- **The task**: Scan the data beneath this task and copy each line that includes "IFCINDEXEDPOLYGONALFACE".

(Data excerpts)

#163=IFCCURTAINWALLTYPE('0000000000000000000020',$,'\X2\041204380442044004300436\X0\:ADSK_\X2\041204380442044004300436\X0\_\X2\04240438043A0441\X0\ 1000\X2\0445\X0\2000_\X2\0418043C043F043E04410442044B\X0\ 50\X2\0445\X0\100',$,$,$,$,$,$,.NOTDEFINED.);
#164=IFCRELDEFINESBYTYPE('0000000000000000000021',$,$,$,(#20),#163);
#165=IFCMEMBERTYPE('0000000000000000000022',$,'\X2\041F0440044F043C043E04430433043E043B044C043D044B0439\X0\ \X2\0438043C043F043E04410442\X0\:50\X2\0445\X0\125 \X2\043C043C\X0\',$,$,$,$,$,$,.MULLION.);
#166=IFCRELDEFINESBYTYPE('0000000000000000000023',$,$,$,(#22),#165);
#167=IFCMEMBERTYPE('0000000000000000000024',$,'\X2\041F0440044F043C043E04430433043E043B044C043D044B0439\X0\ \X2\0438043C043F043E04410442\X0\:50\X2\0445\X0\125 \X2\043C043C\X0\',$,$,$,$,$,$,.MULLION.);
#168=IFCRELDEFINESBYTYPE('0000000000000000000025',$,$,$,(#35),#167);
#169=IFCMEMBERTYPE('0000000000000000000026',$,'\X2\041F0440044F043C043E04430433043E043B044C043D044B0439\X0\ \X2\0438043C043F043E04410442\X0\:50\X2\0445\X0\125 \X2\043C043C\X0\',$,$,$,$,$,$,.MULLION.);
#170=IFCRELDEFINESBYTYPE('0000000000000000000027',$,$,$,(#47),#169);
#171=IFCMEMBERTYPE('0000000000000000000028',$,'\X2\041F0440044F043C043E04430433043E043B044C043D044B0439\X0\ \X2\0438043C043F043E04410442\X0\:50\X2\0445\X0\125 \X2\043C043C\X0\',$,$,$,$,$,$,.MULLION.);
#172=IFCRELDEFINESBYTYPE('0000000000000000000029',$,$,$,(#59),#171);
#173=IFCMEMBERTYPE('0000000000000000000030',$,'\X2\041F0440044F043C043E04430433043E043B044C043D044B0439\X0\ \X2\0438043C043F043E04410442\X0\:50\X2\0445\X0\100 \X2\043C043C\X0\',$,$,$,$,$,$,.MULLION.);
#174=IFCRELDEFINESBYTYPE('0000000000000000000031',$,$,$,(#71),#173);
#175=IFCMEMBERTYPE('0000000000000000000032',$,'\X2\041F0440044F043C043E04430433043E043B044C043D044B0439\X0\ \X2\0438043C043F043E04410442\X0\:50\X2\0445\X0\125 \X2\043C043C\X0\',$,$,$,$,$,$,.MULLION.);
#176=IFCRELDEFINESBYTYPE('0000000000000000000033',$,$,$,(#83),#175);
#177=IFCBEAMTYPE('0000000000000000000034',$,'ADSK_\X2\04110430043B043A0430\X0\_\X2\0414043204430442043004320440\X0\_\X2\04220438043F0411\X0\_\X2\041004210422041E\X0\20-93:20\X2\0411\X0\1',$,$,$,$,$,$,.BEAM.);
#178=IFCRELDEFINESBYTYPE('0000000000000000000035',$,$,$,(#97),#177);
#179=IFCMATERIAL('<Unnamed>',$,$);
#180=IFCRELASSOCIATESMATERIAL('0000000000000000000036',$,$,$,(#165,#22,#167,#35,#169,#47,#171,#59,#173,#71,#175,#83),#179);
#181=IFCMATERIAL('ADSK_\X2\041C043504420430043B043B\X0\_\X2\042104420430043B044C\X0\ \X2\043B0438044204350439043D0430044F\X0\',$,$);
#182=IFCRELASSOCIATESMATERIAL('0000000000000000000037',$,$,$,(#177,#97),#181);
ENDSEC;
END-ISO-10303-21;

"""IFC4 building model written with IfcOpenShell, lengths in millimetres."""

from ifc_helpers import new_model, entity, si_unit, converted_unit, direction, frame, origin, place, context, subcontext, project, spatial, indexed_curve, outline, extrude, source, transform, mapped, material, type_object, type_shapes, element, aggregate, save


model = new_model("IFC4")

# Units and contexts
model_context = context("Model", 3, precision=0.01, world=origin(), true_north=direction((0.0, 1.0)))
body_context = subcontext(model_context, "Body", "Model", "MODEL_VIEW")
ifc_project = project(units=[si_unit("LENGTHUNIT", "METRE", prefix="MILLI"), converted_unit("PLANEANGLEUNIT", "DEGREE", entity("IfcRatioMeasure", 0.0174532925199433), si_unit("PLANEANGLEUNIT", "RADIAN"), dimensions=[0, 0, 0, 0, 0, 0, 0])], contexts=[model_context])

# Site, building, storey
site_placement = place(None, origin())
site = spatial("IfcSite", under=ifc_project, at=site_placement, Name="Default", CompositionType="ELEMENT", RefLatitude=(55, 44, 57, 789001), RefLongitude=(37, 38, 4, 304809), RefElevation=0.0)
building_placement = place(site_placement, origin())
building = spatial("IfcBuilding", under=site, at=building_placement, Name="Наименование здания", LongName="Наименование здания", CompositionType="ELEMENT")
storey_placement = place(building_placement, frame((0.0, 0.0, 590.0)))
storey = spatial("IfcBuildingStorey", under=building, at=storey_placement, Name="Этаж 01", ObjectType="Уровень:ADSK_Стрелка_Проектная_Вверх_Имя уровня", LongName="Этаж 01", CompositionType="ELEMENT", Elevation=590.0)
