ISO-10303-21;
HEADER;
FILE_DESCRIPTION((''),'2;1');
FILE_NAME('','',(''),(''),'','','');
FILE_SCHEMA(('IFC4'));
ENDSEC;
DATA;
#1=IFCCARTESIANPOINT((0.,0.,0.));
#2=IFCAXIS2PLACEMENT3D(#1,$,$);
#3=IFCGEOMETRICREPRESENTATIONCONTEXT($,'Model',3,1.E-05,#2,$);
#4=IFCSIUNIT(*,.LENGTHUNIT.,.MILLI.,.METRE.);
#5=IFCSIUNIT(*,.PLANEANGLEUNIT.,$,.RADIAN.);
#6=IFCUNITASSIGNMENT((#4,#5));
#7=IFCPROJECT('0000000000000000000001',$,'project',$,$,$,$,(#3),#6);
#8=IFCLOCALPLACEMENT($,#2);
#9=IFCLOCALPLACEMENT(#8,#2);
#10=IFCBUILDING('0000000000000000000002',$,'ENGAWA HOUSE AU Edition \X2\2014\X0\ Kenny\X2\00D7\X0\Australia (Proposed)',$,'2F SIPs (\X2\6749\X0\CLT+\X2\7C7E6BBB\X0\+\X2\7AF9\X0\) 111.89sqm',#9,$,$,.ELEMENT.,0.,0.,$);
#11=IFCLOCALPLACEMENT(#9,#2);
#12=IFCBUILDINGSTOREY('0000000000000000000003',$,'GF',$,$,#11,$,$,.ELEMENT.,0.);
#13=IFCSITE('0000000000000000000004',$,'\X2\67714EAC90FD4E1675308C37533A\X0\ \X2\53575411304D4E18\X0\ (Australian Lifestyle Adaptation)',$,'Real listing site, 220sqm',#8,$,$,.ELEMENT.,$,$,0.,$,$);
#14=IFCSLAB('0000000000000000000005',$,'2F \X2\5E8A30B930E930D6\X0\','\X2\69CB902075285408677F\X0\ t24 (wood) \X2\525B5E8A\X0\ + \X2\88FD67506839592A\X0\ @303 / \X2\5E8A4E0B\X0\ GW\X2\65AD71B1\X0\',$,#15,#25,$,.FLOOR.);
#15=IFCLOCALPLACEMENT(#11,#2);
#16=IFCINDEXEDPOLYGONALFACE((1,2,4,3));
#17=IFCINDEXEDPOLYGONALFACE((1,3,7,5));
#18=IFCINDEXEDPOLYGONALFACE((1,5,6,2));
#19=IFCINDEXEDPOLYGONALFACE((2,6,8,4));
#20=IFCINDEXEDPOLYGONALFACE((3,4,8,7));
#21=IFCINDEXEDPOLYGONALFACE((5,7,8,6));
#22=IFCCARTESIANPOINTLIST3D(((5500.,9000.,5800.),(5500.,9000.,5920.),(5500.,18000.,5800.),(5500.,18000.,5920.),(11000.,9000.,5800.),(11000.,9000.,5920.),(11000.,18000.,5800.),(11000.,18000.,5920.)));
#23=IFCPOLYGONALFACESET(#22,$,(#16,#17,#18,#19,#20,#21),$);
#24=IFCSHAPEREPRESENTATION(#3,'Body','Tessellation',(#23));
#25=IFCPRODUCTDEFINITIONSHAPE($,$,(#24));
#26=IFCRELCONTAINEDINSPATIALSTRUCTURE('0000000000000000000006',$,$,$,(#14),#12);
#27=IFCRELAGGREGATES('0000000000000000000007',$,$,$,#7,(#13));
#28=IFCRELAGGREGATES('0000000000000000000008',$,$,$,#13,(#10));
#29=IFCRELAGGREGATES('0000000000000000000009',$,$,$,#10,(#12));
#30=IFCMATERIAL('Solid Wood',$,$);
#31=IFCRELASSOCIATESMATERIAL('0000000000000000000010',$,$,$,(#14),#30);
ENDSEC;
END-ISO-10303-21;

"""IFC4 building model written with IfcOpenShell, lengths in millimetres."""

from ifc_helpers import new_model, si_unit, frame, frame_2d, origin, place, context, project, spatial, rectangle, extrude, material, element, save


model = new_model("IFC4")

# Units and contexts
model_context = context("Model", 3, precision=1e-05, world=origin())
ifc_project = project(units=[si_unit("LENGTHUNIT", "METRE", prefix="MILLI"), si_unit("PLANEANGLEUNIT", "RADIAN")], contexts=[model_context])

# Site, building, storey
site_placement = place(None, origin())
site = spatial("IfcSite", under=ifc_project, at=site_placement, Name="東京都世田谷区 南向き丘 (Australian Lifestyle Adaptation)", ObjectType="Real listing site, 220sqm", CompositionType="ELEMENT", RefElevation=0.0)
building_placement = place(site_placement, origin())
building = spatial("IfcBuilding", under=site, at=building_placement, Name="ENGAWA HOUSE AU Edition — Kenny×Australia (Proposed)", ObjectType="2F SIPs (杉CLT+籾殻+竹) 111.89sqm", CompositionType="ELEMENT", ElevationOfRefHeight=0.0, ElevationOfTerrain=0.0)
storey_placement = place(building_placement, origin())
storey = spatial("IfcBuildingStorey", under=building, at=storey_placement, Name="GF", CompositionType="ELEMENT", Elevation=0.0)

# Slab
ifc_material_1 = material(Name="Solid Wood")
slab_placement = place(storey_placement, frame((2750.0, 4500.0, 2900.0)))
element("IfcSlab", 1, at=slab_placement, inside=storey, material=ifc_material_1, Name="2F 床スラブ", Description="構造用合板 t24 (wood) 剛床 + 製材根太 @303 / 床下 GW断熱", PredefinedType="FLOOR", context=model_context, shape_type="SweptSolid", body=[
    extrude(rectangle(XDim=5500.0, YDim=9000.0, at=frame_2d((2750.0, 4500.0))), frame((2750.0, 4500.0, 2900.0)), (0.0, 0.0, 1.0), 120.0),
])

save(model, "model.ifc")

(End Data excerpts)

- **Result of this exercise**:
#16=IFCINDEXEDPOLYGONALFACE((1,2,4,3));
#17=IFCINDEXEDPOLYGONALFACE((1,3,7,5));
#18=IFCINDEXEDPOLYGONALFACE((1,5,6,2));
#19=IFCINDEXEDPOLYGONALFACE((2,6,8,4));
#20=IFCINDEXEDPOLYGONALFACE((3,4,8,7));
#21=IFCINDEXEDPOLYGONALFACE((5,7,8,6));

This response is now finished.